Il effectua une attaque en piqué - suffisamment puissante pour détruire la nuque du premier Titan. Il accéléra ensuite pour faire une taillade tournante pour détruire une main, puis l’autre du deuxième Titan. Il acheva le troisième Titan avec une attaque multi-frappe, aidé par Æsma.
Il ne restait plus qu’un Titan à achever, mais ce dernier se tourna brusquement pour se diriger où se trouvaient encore d’autres titans. Æsma le poursuivit mais le monstre balança son bras, l’éjectant par-dessus le ravin, ratant l’occasion de manger son déjeuner.
Remarquant que cette dernière ne cherchait pas à se rattraper, le jeune homme se précipita et sauta dans le vide. Il activa le filin pour ne pas tomber et son épaule heurta de plein fouet le mur de pierre, serrant un peu plus la jeune blonde contre lui - qu’il avait rattrapé in-extremis.
Un petit filet de sang coulait sur son front. Elle ne bougeait plus, mais il sentait encore les faibles battements de son cœur.
— Merde, plus de gaz, grogna-t-il.
Ce n’était vraiment pas le moment de rester bloqué. Delroy analysait les environs. Il n’y avait pas, ne serait-ce, un petit endroit pour se poser. Comment remonter la haut, tout en transportant un poids mort ? De plus, son bras droit lui faisait affreusement mal. Par chance, une tête brune apparut tout en haut et s’adressa à eux.
— Tout va bien ?
— Ça aurait pu être mieux. J’ai plus de gaz.
— Attends, j’arrive pour vous aider. Hé Gérard, viens m’aider !
— Y’a pas le temps Kurt, répondit une voix un peu lointaine. Le Major a donné l’ordre de se replier.
Le soldat Kurt ne cessait de regarder en direction des deux individus, puis derrière lui. Il avait peur. Il hésitait durant une éternité avant de se décider. Alors qu’il semblait vouloir les abandonner, le soldat de la Garnison prit son courage à deux mains et descendit du ravin.
— Passe moi ta camarade, je vais d’abord la remonter.
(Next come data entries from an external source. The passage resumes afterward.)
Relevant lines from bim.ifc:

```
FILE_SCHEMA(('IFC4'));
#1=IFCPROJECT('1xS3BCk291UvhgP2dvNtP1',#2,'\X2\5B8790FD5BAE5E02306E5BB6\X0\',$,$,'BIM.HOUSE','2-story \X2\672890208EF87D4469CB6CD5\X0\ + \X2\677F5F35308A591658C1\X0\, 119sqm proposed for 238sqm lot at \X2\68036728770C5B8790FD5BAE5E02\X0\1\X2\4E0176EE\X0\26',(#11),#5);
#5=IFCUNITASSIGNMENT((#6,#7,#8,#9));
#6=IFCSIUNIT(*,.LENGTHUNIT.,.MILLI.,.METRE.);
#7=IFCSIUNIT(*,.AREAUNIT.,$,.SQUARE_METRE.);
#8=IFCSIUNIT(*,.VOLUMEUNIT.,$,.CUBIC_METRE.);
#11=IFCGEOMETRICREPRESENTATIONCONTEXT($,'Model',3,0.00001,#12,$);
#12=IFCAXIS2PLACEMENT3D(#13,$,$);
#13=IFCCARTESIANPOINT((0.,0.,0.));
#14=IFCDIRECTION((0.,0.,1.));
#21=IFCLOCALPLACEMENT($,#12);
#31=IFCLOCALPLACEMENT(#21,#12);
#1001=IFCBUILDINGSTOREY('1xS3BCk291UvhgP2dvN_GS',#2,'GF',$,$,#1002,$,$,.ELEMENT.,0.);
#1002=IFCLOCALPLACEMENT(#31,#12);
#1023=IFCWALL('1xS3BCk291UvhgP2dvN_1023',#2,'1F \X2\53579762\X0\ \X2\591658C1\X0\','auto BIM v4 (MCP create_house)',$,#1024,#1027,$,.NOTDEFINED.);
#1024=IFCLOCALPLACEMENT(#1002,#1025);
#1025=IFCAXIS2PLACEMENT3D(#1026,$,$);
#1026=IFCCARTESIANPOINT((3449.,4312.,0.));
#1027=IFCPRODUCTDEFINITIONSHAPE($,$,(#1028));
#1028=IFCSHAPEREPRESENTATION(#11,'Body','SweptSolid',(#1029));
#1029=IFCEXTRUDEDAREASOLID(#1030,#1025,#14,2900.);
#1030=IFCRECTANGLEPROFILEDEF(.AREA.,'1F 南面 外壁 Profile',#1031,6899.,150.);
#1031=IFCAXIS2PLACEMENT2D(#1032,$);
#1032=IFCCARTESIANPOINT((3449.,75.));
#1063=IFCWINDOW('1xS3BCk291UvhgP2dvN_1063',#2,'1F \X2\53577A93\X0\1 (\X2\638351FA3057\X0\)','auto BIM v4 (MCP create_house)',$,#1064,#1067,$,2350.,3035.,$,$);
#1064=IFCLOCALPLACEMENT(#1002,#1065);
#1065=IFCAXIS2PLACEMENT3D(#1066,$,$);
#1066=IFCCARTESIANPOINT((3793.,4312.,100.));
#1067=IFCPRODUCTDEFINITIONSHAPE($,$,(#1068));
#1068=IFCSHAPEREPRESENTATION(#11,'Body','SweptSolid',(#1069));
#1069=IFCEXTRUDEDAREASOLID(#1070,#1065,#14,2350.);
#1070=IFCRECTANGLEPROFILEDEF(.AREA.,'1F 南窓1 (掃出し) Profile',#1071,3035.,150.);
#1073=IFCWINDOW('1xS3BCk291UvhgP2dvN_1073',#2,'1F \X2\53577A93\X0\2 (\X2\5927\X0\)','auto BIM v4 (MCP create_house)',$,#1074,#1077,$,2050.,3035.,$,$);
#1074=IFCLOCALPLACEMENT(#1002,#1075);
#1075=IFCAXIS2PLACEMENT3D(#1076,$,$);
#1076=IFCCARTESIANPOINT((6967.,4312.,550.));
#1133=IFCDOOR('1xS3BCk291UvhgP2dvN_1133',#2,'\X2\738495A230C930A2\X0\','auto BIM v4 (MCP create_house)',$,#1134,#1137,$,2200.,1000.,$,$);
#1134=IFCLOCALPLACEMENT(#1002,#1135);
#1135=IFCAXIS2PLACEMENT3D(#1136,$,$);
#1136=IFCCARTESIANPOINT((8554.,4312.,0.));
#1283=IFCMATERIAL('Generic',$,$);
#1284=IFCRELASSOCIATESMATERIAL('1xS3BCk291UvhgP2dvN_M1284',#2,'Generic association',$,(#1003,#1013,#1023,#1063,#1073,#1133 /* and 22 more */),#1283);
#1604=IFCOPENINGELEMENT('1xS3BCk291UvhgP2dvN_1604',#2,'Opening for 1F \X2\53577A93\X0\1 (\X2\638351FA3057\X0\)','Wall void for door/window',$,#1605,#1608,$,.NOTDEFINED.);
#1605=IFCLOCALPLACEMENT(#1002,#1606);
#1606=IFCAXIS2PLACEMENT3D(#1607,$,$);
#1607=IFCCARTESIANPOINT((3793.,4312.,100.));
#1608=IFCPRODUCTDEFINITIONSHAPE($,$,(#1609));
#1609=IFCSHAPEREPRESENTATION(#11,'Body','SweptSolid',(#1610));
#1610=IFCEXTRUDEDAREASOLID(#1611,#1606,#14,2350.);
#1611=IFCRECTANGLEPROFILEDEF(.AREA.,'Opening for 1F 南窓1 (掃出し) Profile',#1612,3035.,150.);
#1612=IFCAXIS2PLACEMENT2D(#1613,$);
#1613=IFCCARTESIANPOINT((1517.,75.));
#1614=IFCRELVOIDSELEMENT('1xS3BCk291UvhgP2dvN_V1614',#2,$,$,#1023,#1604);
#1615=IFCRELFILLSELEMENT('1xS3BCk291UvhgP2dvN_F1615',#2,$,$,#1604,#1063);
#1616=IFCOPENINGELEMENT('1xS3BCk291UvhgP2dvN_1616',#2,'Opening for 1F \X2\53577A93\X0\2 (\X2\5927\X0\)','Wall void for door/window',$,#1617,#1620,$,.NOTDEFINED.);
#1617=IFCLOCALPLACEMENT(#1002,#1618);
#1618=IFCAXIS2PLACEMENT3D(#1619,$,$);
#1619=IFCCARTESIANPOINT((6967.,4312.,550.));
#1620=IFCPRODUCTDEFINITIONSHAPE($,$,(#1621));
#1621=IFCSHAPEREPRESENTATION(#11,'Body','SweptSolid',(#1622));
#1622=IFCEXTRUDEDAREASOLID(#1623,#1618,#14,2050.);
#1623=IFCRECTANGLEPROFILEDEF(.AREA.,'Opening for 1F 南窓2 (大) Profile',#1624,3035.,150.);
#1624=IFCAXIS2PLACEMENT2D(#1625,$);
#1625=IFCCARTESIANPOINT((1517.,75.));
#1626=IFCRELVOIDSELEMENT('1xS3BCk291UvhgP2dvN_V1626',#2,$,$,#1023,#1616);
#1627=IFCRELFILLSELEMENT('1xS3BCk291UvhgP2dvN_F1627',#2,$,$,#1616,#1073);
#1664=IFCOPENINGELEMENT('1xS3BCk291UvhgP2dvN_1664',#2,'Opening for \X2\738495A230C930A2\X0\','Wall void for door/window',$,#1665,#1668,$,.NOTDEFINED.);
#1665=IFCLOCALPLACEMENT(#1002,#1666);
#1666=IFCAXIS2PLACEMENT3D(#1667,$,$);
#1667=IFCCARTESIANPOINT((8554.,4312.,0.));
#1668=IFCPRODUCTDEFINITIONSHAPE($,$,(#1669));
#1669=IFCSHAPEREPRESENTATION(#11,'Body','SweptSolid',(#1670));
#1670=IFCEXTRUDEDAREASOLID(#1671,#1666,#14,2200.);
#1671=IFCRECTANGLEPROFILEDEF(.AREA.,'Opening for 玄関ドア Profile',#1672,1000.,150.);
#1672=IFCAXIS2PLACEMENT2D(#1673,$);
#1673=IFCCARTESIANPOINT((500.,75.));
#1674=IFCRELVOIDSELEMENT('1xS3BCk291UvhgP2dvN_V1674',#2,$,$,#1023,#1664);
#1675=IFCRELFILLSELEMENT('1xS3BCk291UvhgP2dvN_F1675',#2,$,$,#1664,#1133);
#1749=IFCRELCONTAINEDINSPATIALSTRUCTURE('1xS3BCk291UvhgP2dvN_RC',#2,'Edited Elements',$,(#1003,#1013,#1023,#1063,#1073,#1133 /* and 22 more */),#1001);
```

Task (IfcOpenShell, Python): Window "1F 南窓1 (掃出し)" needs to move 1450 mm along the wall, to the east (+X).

```python
import ifcopenshell
import ifcopenshell.api.geometry
import ifcopenshell.util.placement
import ifcopenshell.util.unit

model = ifcopenshell.open("bim.ifc")
unit_scale = ifcopenshell.util.unit.calculate_unit_scale(model)

window = model.by_guid("1xS3BCk291UvhgP2dvN_1063")
opening = window.FillsVoids[0].RelatingOpeningElement
wall = opening.VoidsElements[0].RelatingBuildingElement

wall_matrix = ifcopenshell.util.placement.get_local_placement(wall.ObjectPlacement)
shift = wall_matrix[:3, 0] * 1.45 / unit_scale
before = ifcopenshell.util.placement.get_local_placement(window.ObjectPlacement)[:3, 3].copy()

# The window is not placed relative to its opening, so move both.
for product in (opening, window):
    matrix = ifcopenshell.util.placement.get_local_placement(product.ObjectPlacement)
    matrix[:3, 3] += shift
    ifcopenshell.api.geometry.edit_object_placement(model, product=product, matrix=matrix, is_si=False)

after = ifcopenshell.util.placement.get_local_placement(window.ObjectPlacement)[:3, 3]
print("window moved by", (after - before).round(3) + 0.0)

model.write("bim_edited.ifc")
```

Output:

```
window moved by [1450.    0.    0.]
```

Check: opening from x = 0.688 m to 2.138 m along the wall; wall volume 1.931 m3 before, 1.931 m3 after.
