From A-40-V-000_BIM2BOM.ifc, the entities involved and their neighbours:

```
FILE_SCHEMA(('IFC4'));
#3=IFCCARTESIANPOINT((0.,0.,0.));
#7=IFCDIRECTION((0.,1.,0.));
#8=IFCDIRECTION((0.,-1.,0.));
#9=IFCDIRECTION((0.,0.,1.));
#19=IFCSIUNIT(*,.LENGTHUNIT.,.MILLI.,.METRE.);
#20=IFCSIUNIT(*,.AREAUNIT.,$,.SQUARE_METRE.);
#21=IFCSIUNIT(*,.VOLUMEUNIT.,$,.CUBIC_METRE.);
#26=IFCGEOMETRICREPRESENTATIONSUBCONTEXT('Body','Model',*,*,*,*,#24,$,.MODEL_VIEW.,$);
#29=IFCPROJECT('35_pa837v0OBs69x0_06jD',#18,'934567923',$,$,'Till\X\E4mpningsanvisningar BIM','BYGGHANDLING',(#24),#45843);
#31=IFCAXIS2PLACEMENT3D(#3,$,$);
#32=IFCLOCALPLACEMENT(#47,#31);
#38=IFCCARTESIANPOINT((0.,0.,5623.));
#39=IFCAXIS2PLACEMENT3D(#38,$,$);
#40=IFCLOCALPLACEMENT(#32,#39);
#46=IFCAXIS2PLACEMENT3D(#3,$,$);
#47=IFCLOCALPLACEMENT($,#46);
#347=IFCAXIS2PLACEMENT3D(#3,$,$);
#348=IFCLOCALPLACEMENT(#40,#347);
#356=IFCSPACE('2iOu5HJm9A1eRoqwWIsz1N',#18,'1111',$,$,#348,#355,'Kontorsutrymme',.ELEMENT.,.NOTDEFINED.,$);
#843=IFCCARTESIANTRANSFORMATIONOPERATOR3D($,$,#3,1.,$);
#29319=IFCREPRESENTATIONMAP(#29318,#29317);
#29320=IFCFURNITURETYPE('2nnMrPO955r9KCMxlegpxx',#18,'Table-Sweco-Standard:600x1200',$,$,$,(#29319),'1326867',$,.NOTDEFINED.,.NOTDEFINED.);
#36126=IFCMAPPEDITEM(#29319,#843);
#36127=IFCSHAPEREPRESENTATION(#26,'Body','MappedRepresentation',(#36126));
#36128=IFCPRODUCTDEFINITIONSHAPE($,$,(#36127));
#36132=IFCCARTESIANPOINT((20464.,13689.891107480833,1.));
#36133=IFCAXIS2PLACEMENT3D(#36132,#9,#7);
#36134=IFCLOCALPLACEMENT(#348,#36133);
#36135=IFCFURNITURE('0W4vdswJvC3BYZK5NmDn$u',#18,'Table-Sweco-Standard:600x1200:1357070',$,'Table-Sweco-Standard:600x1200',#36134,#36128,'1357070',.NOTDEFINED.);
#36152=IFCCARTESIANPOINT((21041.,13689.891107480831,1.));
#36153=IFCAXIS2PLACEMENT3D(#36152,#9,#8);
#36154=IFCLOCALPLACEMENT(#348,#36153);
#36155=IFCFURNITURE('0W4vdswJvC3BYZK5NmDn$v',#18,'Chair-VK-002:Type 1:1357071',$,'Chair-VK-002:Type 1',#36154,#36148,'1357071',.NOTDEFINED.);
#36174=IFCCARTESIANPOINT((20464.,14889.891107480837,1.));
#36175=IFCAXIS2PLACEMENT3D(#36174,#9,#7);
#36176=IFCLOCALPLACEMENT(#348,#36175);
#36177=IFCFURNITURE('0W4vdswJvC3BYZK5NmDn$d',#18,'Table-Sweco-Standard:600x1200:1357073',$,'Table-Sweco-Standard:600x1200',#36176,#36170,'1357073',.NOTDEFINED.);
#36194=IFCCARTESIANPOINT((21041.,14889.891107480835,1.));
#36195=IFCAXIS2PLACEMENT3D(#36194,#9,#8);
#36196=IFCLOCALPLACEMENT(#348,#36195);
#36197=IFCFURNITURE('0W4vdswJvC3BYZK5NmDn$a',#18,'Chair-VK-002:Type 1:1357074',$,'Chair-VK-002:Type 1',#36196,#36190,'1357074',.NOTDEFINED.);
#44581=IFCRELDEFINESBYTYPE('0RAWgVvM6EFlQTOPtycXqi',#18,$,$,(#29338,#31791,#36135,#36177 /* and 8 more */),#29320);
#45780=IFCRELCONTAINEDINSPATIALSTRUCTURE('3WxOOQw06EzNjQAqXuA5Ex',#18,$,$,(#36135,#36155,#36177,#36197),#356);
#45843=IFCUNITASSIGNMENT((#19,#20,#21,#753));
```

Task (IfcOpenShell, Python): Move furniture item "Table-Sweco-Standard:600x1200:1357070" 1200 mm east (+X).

```python
import ifcopenshell
import ifcopenshell.api.geometry
import ifcopenshell.util.placement

model = ifcopenshell.open("A-40-V-000_BIM2BOM.ifc")

item = model.by_guid("0W4vdswJvC3BYZK5NmDn$u")
matrix = ifcopenshell.util.placement.get_local_placement(item.ObjectPlacement)
matrix[0, 3] += 1200.0
ifcopenshell.api.geometry.edit_object_placement(model, product=item, matrix=matrix, is_si=False)

print(ifcopenshell.util.placement.get_local_placement(item.ObjectPlacement).round(3) + 0.0)

model.write("A-40-V-000_BIM2BOM_v2.ifc")
```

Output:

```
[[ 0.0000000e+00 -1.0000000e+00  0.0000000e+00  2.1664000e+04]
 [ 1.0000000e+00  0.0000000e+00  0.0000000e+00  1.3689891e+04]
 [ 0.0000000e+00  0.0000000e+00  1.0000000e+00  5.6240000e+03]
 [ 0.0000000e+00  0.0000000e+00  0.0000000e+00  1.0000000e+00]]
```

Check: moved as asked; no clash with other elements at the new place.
Je viens te récupérer après.
Il n’a suffit que de quelques secondes d’attente pour Delroy avant de retrouver la surface. Il remerciait l’homme. À peine il regardait les chevaux partir, qu’ils disparaissent dans la forêt des arbres géants. À leur droite… Delroy restait pantois face à ce spectacle surréaliste. Reiner et Ymir se battaient contre les autres Titans.
— Je vois que tu es blessé au bras. Je vais transporter la petite sur mon dos. Tu peux courir ?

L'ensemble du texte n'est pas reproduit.